The results shown are time-sensitive. As we delete items in the steps above, this list shrinks. However, some items remain in the list even after they're deleted, mostly just Instances and Volumes in EC2. We're confirming that's all in our list here, and since we know we've already deleted all instances and volumes in EC2, then we should be clear to proceed. - AWS > IAM > Policies
Delete the IAM policies… one… at… a… time.

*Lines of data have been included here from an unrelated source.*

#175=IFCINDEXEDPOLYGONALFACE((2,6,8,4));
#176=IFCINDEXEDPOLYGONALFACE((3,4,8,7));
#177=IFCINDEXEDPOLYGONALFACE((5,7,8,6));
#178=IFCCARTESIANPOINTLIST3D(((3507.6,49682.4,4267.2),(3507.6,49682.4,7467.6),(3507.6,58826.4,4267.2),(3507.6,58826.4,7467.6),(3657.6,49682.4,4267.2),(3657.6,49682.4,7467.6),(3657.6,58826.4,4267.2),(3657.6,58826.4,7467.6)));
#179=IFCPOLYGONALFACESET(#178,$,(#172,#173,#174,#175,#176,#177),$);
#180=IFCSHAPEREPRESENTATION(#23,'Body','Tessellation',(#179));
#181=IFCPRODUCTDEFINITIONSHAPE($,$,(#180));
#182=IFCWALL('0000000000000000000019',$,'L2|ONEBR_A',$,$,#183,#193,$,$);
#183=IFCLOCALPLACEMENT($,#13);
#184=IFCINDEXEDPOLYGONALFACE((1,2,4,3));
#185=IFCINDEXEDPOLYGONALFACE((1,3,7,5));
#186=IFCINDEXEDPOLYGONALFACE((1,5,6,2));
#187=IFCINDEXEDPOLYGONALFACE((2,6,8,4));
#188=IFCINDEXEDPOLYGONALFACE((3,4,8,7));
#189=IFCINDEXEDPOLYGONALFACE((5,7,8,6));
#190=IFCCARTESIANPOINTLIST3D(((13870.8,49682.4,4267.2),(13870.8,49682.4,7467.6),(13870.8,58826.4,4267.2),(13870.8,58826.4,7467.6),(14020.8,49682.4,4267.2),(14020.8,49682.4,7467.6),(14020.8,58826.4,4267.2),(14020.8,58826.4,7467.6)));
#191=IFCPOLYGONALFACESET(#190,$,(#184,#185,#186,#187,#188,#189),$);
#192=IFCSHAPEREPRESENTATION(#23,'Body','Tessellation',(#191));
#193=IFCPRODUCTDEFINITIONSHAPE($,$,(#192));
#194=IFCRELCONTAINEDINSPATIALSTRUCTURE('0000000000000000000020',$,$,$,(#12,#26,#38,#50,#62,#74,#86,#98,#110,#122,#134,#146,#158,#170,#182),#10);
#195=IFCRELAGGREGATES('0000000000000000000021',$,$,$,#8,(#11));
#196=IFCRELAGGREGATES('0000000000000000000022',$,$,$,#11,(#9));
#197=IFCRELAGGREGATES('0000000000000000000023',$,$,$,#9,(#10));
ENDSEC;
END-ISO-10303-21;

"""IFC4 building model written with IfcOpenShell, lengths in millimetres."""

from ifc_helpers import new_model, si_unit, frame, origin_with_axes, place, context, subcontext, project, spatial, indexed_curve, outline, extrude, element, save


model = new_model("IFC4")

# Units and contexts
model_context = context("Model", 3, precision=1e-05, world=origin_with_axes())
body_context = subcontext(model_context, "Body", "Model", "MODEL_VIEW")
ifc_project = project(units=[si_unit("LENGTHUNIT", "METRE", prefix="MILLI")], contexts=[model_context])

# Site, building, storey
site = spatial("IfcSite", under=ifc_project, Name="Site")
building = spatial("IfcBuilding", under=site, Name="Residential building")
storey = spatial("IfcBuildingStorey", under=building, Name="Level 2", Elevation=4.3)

Last time I checked, the Terraform destroy was not deleting the rocoll-eks-elb-sl-role-creation<…> policy automatically. You might have several in there. Delete any you find that appear associated with your Viya deployment. - AWS > Resource Groups > Saved Resource Groups > <your userid>-rg
We don't need the resource group anymore. To delete it, you must open your resource group directly to find the delete button (not simply select it from a list table and use an Action button as shown in prior steps).
Ready for more
With everything that viya4-iac-aws created finally deleted from AWS, then we can try running the Terraform apply again. And in my example situation, make sure to specify a location for the tfstate file that is persistent (i.e. not solely inside a container) so that we don't need to manually delete things all over again.
And here's a hint at the trial and error I attempted when working on this post. If you neglect to delete something that the sasviya4-iac-aws created, then when you're running Terraform apply, it'll eventually fail out complaining about something similar to:
Error: Error creating IAM policy rocoll_ebs_csi_policy: EntityAlreadyExists: A policy called rocoll_ebs_csi_policy already exists. Duplicate names are not allowed.
status code: 409, request id: a80638a6-7815-45d9-a2b9-a3905f61bce4
Error: Error import KeyPair: InvalidKeyPair.Duplicate: The keypair 'rocoll-nfs-server-admin' already exists.
status code: 400, request id: 2377695b-a9e3-4427-b6b6-a7487c3c54ce
As you can see, the problem is that Terraform cannot create AWS resources with the same name. That's your clue to find those items and delete them. Take care to also run the Terraform destroy at this moment before attempting yet another Terraform apply.
Make it better
I've still got a lot to learn about AWS and optimizing SAS Viya's deployment there. And so if you've got a simpler, more complete, or just plain better approach to deleting items when Terraform is unable to, then please share it in the comments below, or email me. I'm happy to update this post with any improvements.
The next step
Creating and managing resources in AWS is just a preliminary step. The end objective is to deploy SAS Viya software into the environment. Many of the same folks who brought us the sasviya4-iac project are also working on an effort to help make that goal easier to attain: see the SAS Viya 4 Deployment project in the sassoftware repository in Github.